その101 オニキスの死を確かめよう
天を衝く紅蓮の炎が納まると、影の魔女シェリルは王剣・竜麟烈火を地に向けた。
大義のためとはいえ、王をその手にかけた精神的負担からか、少女の顔には、すこし疲れが見てとれる。
「大丈夫?」
「おかげ様で」
心配で声をかけると、黒髪の少女は静かに笑顔を返した。
「――途中、急に体が楽になりましたが、女神様の御業でしょう?」
「たぶん。祝福しちゃったっぽい」
「どうりで……女神様。感謝を」
少女は、言葉少なに礼を告げた。
◆
「……と、王妃オニキスだ。遺体を確認しに行かないと」
「女神様、すこしお時間を頂戴してよろしいですか? 群臣を押さえていたとはいえ、王を討った以上、事態の収拾に手をかけねばなりません」
シェリルが、申し訳なさそうに言う。
「忙しいんだったら、私が見て来ようか?」
「いえ、それは……不安定な内宮を女神様お一人で歩かせるわけには……わかりました。急ぐ処理だけ、何人かに言伝して参りますので、すこしだけお待ちを」
言って、彼女は内宮門のほうにてってって、と駆けていく。
しばらくして、シェリルは騎士団長ほか騎士団の人たちを連れて戻ってきた。
「内宮はまだ安全ではありませんので、内宮の臣にはひとまず禁足措置をとらせます」
シェリルが説明する間にも、武装した騎士たちが、内宮のあちこちに散っていく。
「禁足って、部屋から出ないようにってこと? 牢に入れたり、処罰したりはしないの?」
「真っ当に職責を果たそうとする人間を処罰する法はありません……が、次代の王を考えた場合、先王に対する過剰な忠誠心は、職責を果たすに不適格と判断いたします。精査して不適格者には暇をとらせましょう」
なるほど……まあ、それが妥当だよね。
かわいそうな気もするけど、かわいそうだからって、次の王様の安全を脅かしていいものじゃないし。

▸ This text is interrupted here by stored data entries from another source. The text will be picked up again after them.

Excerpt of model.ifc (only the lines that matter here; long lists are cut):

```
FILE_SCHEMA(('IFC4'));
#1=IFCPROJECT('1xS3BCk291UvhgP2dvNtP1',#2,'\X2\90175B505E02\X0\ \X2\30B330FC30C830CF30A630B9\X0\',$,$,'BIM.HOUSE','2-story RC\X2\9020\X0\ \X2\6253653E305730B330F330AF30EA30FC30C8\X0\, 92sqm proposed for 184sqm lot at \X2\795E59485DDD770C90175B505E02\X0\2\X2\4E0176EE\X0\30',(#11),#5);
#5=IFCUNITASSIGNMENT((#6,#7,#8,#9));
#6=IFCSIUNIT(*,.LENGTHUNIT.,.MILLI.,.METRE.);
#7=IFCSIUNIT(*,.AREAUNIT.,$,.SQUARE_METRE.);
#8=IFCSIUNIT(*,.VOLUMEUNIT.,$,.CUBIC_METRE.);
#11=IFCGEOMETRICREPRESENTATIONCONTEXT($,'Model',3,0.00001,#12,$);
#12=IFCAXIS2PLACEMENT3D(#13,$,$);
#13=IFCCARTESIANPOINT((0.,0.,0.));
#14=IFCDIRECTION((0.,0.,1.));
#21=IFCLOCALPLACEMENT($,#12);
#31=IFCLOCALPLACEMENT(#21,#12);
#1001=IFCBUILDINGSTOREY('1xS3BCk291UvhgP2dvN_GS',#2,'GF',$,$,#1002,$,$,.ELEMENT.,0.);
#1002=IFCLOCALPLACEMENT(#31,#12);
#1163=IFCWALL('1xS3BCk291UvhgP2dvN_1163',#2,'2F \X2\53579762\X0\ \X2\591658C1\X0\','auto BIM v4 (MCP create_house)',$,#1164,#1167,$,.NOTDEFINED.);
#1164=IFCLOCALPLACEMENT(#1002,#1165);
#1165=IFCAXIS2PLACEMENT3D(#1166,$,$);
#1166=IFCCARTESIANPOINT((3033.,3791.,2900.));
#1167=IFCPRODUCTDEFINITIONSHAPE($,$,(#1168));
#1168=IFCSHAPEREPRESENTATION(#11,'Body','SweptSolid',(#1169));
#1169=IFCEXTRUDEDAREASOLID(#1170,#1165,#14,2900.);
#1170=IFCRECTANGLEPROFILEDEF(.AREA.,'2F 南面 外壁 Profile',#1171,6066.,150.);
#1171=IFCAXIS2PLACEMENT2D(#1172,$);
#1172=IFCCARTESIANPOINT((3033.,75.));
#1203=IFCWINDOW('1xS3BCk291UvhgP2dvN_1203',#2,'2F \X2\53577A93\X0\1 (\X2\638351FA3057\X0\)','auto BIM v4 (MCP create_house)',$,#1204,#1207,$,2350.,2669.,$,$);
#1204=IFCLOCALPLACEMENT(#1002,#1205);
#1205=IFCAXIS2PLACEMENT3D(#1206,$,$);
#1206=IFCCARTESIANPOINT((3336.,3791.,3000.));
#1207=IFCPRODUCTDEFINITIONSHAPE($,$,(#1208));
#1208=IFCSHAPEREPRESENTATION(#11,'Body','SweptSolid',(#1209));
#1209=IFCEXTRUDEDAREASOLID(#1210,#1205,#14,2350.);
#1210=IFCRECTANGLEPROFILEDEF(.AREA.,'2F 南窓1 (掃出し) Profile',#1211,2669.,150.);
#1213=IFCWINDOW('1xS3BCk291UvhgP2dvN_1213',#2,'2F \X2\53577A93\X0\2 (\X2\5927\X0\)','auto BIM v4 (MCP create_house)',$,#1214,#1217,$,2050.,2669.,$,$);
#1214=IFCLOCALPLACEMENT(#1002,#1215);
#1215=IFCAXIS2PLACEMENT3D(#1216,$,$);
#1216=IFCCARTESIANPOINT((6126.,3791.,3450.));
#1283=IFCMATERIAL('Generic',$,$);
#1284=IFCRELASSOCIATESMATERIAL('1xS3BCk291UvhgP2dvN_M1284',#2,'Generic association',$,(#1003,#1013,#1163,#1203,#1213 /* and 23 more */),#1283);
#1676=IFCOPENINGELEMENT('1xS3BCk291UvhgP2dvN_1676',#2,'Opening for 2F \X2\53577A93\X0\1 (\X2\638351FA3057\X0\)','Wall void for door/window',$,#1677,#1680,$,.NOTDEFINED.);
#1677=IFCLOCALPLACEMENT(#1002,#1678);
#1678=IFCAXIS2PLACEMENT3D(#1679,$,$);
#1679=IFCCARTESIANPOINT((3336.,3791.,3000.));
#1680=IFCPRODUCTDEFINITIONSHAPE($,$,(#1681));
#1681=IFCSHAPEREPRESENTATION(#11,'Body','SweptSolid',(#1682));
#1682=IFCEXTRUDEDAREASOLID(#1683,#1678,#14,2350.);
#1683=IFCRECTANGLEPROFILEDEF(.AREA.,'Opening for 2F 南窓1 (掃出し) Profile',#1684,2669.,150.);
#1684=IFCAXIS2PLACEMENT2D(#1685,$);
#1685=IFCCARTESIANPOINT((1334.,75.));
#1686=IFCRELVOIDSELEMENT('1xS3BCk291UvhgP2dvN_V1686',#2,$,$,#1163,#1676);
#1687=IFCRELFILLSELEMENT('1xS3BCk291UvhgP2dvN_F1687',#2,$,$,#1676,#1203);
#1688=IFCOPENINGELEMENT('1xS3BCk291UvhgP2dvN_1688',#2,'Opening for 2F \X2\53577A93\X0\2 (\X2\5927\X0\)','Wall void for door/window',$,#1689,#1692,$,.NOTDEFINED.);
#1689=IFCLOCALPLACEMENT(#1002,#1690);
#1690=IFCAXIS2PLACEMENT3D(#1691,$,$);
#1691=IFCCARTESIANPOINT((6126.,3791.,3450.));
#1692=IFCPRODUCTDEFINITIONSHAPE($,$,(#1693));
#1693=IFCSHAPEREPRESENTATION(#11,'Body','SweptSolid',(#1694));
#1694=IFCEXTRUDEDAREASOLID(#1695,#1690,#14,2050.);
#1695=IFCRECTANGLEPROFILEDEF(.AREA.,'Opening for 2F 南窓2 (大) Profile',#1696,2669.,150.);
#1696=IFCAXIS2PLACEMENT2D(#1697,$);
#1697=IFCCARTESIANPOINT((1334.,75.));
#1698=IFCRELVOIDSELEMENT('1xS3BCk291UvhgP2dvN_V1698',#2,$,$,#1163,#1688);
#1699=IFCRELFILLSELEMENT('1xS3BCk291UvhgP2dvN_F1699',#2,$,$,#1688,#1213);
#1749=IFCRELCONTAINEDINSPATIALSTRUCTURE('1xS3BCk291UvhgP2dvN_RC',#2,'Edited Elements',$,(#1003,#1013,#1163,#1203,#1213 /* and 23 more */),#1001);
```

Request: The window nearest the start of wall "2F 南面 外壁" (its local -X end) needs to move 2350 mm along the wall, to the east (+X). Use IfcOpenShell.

```python
import ifcopenshell
import ifcopenshell.api.geometry
import ifcopenshell.util.placement
import ifcopenshell.util.unit

model = ifcopenshell.open("model.ifc")
unit_scale = ifcopenshell.util.unit.calculate_unit_scale(model)

window = model.by_guid("1xS3BCk291UvhgP2dvN_1203")
opening = window.FillsVoids[0].RelatingOpeningElement
wall = opening.VoidsElements[0].RelatingBuildingElement

wall_matrix = ifcopenshell.util.placement.get_local_placement(wall.ObjectPlacement)
shift = wall_matrix[:3, 0] * 2.35 / unit_scale
before = ifcopenshell.util.placement.get_local_placement(window.ObjectPlacement)[:3, 3].copy()

# The window is not placed relative to its opening, so move both.
for product in (opening, window):
    matrix = ifcopenshell.util.placement.get_local_placement(product.ObjectPlacement)
    matrix[:3, 3] += shift
    ifcopenshell.api.geometry.edit_object_placement(model, product=product, matrix=matrix, is_si=False)

after = ifcopenshell.util.placement.get_local_placement(window.ObjectPlacement)[:3, 3]
print("window moved by", (after - before).round(3) + 0.0)

model.write("model-out.ifc")
```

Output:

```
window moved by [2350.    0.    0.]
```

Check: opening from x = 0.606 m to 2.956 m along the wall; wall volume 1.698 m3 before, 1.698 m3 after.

「……忠をもって不適格とされた人間が、わたしからの配慮を求めるとは思えませんが……困窮する者があれば、迂回して支援いたしましょう」
顔に出ていたのか、シェリルはそうつけ加えた。
「そういえば、そろそろアルミラが出ても大丈夫?」
「問題ありません。巫女アルミラのことは、すでに騎士団にも伝えております」
おお、さすが根回しが早い。
アルミラを携帯ハウスから出すと、さっそく王妃の部屋に向かうことにする。
「こちらです」
シェリルの先導に従い、火竜王が背にしていた正面の建物に入る。
しかし、王妃の部屋だという左手すぐの部屋には、目的の人物は居なかった。
「……いません、わね」
アルミラが、気勢を削がれたように声を落とす。
「火竜王は王妃オニキスを殺めた、とおっしゃっておりました。であれば、現場は竜洞の間――王の部屋かもしれません」
「じゃあ、そっちに行こう」
中央を渡り、右手すぐの部屋に入る。
王の私室は、そんなに広くない。
ただ、四方にカーテンが巡らされ、調度も一見して豪華なものだ。
そんな部屋のど真ん中。刺繍の施された赤い敷物の上に、なお赤く。鮮血が広がっていた。
「血の量から見ても、たぶん致命傷……だけど」
「誰も……いませんわね」
思わずアルミラと顔を見合わせる。
影の魔女は敷物を一瞥すると、床をたどりながら、奥向きのカーテンを持ち上げる。
あらわれたのは、白い壁面。
ただし、その一部が赤く濡れている。
「……誰かが隠し扉を使ったようです」
「隠し扉?」
「ええ」
うなずいて、黒髪の少女は赤く濡れた壁面を押す。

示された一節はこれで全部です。